The main method is still executed, and the result is shown in the following table:

As can be seen from the results in the table, with the increase of size, the time spent on JDK1.7 tends to increase, while JDK1.8 tends to decrease significantly and shows a steady logarithmic growth. When a linked list becomes too long, the HashMap dynamically replaces it with a red-black tree, which reduces the time complexity from O(n) to O(logn). The time taken by a uniform hash algorithm is obviously different from that taken by an uneven hash algorithm. A comparison between the two cases illustrates the importance of a good hash algorithm.

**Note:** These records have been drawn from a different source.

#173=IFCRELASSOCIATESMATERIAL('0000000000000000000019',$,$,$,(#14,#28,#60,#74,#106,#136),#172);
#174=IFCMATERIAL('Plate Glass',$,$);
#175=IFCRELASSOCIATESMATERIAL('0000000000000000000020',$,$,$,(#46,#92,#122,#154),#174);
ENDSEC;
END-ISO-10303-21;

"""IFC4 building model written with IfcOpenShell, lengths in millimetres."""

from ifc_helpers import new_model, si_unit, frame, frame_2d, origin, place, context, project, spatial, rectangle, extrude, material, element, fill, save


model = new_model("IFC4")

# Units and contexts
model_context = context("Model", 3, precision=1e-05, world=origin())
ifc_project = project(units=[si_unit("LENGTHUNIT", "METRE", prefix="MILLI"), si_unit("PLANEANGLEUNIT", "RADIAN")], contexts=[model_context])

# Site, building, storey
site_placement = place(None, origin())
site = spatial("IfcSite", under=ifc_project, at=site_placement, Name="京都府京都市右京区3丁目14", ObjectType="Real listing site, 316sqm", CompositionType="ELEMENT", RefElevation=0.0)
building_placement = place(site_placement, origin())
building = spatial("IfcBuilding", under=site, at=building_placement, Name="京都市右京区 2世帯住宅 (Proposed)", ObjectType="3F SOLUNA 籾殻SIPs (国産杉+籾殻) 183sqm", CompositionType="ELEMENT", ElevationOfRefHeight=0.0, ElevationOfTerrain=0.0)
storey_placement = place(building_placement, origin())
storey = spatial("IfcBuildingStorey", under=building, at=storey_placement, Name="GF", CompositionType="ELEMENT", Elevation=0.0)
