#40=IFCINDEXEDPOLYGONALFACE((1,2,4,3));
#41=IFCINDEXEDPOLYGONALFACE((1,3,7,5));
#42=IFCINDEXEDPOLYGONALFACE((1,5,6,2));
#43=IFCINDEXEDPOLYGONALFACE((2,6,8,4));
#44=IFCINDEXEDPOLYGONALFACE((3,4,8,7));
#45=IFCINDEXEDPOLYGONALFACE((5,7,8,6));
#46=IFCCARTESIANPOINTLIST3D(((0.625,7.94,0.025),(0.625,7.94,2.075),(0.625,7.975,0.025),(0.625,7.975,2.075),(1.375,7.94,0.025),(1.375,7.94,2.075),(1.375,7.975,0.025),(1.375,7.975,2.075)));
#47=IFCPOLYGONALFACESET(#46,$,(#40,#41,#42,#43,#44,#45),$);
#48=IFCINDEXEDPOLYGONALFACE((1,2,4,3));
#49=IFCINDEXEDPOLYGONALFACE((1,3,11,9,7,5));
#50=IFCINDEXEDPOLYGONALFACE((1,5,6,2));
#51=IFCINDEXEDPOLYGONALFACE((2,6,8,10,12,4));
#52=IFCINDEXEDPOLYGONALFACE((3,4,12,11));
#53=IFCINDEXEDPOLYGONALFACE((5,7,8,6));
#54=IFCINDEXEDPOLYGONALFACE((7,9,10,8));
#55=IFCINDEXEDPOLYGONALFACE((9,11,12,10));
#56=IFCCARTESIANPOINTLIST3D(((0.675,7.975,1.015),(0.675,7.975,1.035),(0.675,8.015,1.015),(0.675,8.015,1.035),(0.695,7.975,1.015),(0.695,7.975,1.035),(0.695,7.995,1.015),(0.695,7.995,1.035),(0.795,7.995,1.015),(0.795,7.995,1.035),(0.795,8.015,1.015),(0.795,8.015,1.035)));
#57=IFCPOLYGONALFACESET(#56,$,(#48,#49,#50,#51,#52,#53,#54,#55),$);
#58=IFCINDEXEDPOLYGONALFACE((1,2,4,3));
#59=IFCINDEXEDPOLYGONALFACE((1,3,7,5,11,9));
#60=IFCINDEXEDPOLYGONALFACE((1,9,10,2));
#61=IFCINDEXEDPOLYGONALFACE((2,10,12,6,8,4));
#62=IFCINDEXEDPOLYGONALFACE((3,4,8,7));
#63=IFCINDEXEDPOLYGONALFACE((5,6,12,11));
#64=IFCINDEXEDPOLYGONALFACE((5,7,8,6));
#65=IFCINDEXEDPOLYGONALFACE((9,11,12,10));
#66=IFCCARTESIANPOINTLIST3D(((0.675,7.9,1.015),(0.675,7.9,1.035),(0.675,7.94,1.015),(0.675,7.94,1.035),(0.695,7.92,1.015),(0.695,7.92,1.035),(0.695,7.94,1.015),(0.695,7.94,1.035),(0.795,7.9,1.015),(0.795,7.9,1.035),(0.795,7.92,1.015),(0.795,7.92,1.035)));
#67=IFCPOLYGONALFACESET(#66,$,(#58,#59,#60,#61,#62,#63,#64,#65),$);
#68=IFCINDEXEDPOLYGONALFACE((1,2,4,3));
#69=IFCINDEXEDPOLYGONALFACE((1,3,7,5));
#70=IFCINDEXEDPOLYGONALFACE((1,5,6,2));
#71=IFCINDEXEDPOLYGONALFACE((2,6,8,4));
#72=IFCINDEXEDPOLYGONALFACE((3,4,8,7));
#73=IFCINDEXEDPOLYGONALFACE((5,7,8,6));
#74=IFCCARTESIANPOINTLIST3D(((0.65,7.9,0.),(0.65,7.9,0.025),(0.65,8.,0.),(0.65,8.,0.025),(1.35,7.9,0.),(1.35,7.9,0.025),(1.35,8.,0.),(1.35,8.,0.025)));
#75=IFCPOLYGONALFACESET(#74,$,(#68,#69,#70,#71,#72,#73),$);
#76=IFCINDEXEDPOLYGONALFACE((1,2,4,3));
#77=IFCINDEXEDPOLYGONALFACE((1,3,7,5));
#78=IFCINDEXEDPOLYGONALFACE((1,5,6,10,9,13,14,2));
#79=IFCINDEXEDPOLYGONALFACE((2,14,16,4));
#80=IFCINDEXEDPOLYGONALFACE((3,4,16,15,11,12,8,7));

Test environment: CPU: 2.2 GHz Intel Core I7, memory: 16 GB 1600 MHz DDR3, SSD, default JVM parameters, and running 64-bit OS X 10.10.1.

summary

  1. Scaling is a particularly performance intensive operation, so when using a HashMap, programmers estimate the size of the map and give it a rough value during initialization to avoid frequent scaling of the map.
  2. The load factor can be modified and can be greater than 1, but it is not recommended to change it unless the situation is very special.
  3. HashMap is not thread-safe. Do not operate HashMap simultaneously in a concurrent environment. ConcurrentHashMap is recommended.
  4. The introduction of red-black trees in JDK1.8 greatly optimizes the performance of HashMap.
  5. If you haven’t upgraded JDK1.8 yet, start upgrading now. The performance improvements of HashMap are just the tip of the iceberg for JDK1.8.

reference

  1. JDK1.7 & JDK1.8 source code.
  2. CSDN Blog channel, HashMap Multithreaded Dead-loop problem, 2014.
  3. Red and black Alliance, Java class set framework HashMap(JDK1.8) source analysis, 2015.
  4. CSDN blog channel, give you an introduction to red black trees, 2010.
  5. Java Code Geeks, HashMap performance improvements in Java 8,2014.
  6. Importnew, danger! Using mutable objects as keys in a HashMap, 2014.
  7. CSDN Blog channel, why the general hashtable bucket number will take a prime number, 2013.